‘ソウル市公務員スパイ証拠ねつ造事件’を捜査中のソウル中央地検捜査チーム(チーム長ユン・ガプクン)は14日、中国公文書を偽造して国家情報院に伝達した疑い(私文書偽造および偽造私文書行使)で国家情報院協力者キム・某(61)氏の拘束令状を請求した。 法曹界では国家保安法の‘ねつ造’疑惑を適用できるにも関わらず、検察がこれを適用せずに依然として国家情報院をひごしようとしているという指摘が出ている。
キム氏は昨年12月仁川(インチョン)で‘キム社長’と呼ばれる国家情報院職員に会い、スパイ疑惑事件の被告人ユ・ウソン(34)氏の弁護人が裁判所に提出した中国三合辺境検査廠(税関)の情況説明書に反論する内容の文書を入手してほしいという要請を受けた。 キム氏は中国に入国し情況説明書に対する虚偽の答弁書を三合辺境検査廠が発行したかのように偽装し国家情報院に伝達し、検察は国家情報院からこれを受け取って裁判所に証拠として出した。

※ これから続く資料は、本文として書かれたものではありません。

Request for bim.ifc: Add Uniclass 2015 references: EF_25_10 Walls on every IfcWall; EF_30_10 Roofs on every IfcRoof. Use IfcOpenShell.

First a look at what the model holds.

```python
import ifcopenshell

model = ifcopenshell.open("bim.ifc")
print(model.schema)
print("classifications:", [c.Name for c in model.by_type("IfcClassification")])
for ifc_class in ("IfcDoor", "IfcRoof", "IfcStair", "IfcWall", "IfcWindow"):
    print(ifc_class, len(model.by_type(ifc_class)))
```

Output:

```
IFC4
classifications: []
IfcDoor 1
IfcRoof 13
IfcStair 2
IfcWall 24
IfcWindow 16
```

```python
import ifcopenshell
import ifcopenshell.api.classification

model = ifcopenshell.open("bim.ifc")

system = ifcopenshell.api.classification.add_classification(model, classification="Uniclass 2015")

codes = {
    "IfcWall": ("EF_25_10", "Walls"),
    "IfcRoof": ("EF_30_10", "Roofs"),
}
for ifc_class, (code, name) in codes.items():
    products = model.by_type(ifc_class)
    ifcopenshell.api.classification.add_reference(
        model, products=products, classification=system, identification=code, name=name
    )
    print(code, len(products))

model.write("bim-out.ifc")
```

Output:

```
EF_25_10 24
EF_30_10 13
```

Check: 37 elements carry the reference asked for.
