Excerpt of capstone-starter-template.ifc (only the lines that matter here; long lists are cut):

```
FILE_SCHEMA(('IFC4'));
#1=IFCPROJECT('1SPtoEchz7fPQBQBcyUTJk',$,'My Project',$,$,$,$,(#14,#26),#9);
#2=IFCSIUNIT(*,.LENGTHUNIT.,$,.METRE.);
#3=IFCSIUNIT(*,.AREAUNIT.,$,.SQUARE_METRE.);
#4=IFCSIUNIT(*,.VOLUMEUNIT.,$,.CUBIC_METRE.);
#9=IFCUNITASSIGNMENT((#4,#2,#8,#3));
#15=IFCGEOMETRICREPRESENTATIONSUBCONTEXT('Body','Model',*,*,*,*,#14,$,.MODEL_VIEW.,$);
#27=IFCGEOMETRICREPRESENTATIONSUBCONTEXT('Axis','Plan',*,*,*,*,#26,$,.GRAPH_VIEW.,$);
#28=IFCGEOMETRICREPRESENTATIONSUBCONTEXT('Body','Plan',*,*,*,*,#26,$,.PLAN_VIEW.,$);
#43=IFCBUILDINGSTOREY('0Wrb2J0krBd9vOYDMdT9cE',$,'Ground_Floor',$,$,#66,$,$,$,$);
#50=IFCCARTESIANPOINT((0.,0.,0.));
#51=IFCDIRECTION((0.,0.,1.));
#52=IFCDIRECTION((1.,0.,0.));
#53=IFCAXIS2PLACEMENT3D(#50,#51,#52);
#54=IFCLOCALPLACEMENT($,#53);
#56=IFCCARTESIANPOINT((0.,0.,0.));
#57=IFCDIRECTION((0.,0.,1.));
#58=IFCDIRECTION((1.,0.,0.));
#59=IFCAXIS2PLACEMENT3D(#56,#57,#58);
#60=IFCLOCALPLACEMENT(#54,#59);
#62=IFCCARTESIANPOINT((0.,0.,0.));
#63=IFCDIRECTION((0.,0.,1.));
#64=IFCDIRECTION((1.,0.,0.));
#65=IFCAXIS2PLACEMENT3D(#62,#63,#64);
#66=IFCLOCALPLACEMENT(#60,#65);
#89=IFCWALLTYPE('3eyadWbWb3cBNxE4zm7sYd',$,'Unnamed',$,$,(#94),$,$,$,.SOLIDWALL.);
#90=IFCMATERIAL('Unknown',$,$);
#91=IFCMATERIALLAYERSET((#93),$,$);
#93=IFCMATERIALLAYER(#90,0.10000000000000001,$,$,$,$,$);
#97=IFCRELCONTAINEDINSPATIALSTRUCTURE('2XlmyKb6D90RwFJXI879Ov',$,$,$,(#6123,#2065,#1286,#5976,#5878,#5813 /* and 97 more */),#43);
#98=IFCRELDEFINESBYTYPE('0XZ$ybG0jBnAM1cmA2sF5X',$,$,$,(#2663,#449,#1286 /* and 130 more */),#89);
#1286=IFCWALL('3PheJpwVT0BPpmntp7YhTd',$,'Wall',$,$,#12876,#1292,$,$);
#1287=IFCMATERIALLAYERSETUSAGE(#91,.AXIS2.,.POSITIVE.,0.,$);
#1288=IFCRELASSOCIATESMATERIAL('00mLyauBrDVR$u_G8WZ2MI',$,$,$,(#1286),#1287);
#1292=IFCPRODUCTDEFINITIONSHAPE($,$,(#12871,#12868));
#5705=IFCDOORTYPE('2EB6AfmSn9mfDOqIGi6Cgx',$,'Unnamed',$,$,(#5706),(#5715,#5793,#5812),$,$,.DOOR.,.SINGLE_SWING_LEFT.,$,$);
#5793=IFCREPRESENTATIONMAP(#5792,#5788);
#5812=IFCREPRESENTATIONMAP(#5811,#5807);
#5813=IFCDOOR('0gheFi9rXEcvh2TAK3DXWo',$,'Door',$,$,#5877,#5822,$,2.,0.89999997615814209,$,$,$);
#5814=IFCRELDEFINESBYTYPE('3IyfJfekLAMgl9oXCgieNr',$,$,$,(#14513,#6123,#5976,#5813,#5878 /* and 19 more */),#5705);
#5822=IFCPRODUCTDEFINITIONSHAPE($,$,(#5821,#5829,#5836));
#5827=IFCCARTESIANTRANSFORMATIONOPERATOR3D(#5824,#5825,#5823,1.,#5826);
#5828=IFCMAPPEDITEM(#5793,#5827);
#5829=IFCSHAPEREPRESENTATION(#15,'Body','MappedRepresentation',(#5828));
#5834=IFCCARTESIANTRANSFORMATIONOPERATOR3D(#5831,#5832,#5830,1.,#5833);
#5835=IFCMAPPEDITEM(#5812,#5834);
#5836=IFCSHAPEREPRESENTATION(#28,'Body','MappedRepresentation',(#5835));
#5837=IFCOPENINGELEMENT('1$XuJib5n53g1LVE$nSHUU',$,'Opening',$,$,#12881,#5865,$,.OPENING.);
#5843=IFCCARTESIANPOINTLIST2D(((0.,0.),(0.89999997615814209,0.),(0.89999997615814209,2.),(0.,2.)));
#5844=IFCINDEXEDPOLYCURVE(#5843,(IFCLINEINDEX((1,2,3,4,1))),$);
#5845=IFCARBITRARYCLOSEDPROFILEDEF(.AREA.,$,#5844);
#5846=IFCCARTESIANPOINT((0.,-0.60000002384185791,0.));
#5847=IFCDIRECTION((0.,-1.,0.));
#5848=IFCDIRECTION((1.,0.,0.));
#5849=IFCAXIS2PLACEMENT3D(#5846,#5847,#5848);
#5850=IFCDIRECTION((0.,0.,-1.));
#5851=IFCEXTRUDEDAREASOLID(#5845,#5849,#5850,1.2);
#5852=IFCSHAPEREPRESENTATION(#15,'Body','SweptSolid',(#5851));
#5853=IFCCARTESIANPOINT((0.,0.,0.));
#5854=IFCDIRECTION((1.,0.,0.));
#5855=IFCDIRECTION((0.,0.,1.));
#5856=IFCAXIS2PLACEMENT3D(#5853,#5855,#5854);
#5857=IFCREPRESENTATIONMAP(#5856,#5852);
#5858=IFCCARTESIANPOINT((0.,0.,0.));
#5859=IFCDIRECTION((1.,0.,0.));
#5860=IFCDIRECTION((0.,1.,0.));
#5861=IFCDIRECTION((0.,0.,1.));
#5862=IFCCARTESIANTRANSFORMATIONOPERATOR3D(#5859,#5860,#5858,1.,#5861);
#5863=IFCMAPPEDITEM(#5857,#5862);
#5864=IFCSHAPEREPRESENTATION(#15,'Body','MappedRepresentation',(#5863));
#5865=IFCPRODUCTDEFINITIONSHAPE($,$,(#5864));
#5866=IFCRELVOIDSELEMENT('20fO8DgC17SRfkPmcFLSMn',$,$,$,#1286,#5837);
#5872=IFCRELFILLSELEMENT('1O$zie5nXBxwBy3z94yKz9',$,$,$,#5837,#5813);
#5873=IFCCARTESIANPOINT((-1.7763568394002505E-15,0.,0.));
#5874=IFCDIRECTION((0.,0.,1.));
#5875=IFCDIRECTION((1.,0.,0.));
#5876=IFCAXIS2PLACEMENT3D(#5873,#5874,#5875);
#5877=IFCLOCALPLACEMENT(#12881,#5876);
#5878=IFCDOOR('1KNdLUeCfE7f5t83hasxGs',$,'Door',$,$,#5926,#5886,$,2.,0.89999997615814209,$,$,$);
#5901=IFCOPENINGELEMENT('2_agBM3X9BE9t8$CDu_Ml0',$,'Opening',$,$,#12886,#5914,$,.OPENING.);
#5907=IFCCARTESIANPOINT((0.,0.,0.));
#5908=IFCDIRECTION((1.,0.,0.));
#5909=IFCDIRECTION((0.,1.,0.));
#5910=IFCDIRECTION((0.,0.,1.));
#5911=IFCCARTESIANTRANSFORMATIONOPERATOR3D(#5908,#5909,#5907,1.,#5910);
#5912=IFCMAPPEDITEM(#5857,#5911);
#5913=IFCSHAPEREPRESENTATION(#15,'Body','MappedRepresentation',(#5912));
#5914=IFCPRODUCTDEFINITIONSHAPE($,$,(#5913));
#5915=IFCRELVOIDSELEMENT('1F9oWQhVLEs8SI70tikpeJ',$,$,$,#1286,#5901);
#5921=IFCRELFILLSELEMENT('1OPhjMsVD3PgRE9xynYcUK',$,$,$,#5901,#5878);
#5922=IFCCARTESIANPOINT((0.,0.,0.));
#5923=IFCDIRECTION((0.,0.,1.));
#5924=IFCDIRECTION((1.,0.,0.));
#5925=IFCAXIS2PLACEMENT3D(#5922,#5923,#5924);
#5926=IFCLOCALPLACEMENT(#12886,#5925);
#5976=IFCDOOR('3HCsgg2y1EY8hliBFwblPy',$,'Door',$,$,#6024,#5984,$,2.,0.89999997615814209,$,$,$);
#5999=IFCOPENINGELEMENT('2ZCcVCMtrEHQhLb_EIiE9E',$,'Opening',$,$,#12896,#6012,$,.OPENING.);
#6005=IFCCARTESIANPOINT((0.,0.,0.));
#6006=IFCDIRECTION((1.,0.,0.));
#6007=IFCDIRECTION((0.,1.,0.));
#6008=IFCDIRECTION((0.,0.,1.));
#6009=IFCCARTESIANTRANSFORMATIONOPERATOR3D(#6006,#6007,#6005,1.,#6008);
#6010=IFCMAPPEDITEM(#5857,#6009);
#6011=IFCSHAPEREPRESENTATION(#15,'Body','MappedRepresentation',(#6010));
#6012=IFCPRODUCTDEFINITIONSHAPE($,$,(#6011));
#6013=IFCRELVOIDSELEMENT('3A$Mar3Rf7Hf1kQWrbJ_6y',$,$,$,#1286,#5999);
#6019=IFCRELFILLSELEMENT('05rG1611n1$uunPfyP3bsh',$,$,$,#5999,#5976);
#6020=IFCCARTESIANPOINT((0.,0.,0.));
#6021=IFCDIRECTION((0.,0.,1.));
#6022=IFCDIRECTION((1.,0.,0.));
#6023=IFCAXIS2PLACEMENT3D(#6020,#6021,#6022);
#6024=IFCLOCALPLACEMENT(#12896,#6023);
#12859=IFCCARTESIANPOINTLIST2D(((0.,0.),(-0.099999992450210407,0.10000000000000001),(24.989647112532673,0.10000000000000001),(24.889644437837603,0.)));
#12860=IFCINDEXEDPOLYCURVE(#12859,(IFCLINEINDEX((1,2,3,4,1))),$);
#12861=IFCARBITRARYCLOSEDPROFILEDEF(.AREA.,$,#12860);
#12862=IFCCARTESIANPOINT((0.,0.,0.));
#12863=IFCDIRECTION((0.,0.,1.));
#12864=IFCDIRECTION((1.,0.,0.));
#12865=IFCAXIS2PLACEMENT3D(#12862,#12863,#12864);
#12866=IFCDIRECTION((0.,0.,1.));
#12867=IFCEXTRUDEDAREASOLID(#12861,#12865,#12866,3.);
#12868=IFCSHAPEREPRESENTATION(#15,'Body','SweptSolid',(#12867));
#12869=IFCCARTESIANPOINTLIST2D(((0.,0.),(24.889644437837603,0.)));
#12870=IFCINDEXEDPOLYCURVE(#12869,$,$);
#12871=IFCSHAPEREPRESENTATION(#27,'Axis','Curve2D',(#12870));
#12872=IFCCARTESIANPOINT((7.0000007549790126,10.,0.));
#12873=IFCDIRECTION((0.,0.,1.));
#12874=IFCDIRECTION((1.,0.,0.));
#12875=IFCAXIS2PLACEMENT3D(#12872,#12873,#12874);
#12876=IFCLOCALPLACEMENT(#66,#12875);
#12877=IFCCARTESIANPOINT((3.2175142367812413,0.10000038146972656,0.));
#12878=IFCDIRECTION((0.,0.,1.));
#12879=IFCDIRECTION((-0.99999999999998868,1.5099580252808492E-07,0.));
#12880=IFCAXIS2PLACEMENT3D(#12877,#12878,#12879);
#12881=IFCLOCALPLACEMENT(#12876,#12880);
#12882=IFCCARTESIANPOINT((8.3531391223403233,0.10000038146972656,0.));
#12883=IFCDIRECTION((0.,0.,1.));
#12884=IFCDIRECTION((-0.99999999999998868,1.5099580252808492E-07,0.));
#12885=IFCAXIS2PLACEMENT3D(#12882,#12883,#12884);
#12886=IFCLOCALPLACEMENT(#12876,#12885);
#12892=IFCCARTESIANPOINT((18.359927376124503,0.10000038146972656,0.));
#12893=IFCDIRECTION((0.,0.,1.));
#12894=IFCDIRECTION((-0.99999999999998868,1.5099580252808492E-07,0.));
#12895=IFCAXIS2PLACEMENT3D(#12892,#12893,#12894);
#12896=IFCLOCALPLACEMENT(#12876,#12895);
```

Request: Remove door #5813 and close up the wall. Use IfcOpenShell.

```python
import ifcopenshell
import ifcopenshell.api.feature
import ifcopenshell.api.root
import ifcopenshell.geom
import ifcopenshell.util.shape

model = ifcopenshell.open("capstone-starter-template.ifc")
settings = ifcopenshell.geom.settings()


def volume(element):
    """Net volume in cubic metres, openings subtracted."""
    shape = ifcopenshell.geom.create_shape(settings, element)
    return ifcopenshell.util.shape.get_volume(shape.geometry)


door = model.by_id(5813)
opening = door.FillsVoids[0].RelatingOpeningElement
wall = opening.VoidsElements[0].RelatingBuildingElement
before = volume(wall)

ifcopenshell.api.root.remove_product(model, product=door)
ifcopenshell.api.feature.remove_feature(model, feature=opening)

after = volume(wall)

print(f"wall volume {before:.3f} -> {after:.3f} m3")

model.write("capstone-starter-template_updated.ifc")
```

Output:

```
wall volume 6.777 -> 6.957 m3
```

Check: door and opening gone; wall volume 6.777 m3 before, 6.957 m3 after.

国家保安法は‘他人を刑事処分を受けさせる目的で証拠をねつ造した者’を処罰するよう定めている。 キム氏がユ氏の控訴審裁判所に提出されることを知りながら中国公文書を偽造して国家情報院職員に伝達したとすればこの罪が成立する。 検察はキム氏が国家情報院職員から裁判の証拠として中国公文書の入手が必要な背景について十分に聞いていた情況を把握したと言う。 ソウルのある部長判事は「(キム氏が)偽造文書が裁判に証拠として提出される予定であることを知らなかったと主張する場合、明白に知っていたという立証がされなくても事前に知っていたらしい情況があれば有罪と認定される」と話した。

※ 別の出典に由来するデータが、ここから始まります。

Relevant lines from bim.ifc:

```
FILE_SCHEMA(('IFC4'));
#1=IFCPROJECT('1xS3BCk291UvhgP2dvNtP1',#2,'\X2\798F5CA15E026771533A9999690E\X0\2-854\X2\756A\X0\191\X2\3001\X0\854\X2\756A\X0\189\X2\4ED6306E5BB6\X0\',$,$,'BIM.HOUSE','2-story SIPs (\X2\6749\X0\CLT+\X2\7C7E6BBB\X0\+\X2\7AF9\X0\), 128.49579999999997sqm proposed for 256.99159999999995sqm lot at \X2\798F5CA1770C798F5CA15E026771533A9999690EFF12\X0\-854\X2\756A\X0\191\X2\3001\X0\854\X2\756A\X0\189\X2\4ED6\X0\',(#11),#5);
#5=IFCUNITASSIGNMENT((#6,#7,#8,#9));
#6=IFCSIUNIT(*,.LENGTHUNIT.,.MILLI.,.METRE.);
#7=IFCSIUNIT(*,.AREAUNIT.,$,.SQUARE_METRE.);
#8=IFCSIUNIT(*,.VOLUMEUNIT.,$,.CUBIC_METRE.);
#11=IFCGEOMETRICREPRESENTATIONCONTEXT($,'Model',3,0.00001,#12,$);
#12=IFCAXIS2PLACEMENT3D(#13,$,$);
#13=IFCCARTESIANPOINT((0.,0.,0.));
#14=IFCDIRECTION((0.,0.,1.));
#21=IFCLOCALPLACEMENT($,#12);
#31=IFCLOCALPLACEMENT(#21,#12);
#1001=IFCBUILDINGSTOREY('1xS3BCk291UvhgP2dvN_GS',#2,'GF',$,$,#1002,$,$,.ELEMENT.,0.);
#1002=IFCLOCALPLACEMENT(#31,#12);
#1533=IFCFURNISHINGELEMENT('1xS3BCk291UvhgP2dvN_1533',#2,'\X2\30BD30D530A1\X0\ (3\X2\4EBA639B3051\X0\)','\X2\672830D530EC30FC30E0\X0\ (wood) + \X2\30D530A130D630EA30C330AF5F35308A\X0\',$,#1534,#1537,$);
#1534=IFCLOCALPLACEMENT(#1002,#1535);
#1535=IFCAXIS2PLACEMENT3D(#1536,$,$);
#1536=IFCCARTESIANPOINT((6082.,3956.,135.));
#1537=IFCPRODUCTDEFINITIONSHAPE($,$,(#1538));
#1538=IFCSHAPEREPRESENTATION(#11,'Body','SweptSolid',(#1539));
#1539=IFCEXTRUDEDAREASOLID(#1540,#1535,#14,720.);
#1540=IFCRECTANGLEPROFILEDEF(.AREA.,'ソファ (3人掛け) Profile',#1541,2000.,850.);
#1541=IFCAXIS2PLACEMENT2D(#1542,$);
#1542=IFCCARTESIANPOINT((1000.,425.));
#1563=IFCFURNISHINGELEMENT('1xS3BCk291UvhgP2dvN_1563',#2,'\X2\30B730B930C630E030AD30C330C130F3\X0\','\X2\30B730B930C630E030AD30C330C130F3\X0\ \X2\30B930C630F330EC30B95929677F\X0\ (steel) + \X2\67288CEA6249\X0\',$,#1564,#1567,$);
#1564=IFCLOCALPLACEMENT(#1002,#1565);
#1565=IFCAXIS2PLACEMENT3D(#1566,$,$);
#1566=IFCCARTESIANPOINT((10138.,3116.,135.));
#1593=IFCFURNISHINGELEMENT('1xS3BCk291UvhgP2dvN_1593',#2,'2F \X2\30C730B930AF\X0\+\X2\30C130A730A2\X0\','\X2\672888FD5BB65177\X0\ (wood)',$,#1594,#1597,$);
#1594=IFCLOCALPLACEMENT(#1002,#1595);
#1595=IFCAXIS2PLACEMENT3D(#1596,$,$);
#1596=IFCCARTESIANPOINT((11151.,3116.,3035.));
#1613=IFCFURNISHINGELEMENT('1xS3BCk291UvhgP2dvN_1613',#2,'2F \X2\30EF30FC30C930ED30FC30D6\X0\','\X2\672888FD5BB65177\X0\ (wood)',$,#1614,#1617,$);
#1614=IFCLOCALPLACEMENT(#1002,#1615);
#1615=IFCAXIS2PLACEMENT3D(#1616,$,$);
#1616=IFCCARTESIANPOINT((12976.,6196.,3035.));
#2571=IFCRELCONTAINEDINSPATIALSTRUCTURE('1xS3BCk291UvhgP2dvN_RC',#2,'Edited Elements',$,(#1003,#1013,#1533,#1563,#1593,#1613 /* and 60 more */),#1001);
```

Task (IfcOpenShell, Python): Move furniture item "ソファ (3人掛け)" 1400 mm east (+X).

```python
import ifcopenshell
import ifcopenshell.api.geometry
import ifcopenshell.util.placement
import ifcopenshell.util.unit

model = ifcopenshell.open("bim.ifc")
unit_scale = ifcopenshell.util.unit.calculate_unit_scale(model)

item = model.by_guid("1xS3BCk291UvhgP2dvN_1533")
matrix = ifcopenshell.util.placement.get_local_placement(item.ObjectPlacement)
matrix[0, 3] += 1.4 / unit_scale
ifcopenshell.api.geometry.edit_object_placement(model, product=item, matrix=matrix, is_si=False)

print(ifcopenshell.util.placement.get_local_placement(item.ObjectPlacement).round(3) + 0.0)

model.write("bim_updated.ifc")
```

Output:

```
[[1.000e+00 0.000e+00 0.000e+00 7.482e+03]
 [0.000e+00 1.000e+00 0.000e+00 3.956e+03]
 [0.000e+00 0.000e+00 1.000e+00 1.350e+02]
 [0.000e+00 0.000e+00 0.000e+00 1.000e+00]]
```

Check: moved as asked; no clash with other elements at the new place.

検察が去る7日に捜査体制に転換した後、初めて拘束令状を請求したキム氏に対して国家保安法のねつ造疑惑を適用しなかったことにより、今後ユ氏のスパイ疑惑事件捜査に関与した国家情報院職員らと検察関係者たちに対しても‘私文書偽造’に限定して消極的に捜査するという展望が多い。 検察関係者は「キム氏に国家保安法のねつ造罪を適用すれば、国家情報院・検察までが自動的に連関する構造なので、今回の捜査を慎重に行うものと見られる」と話した。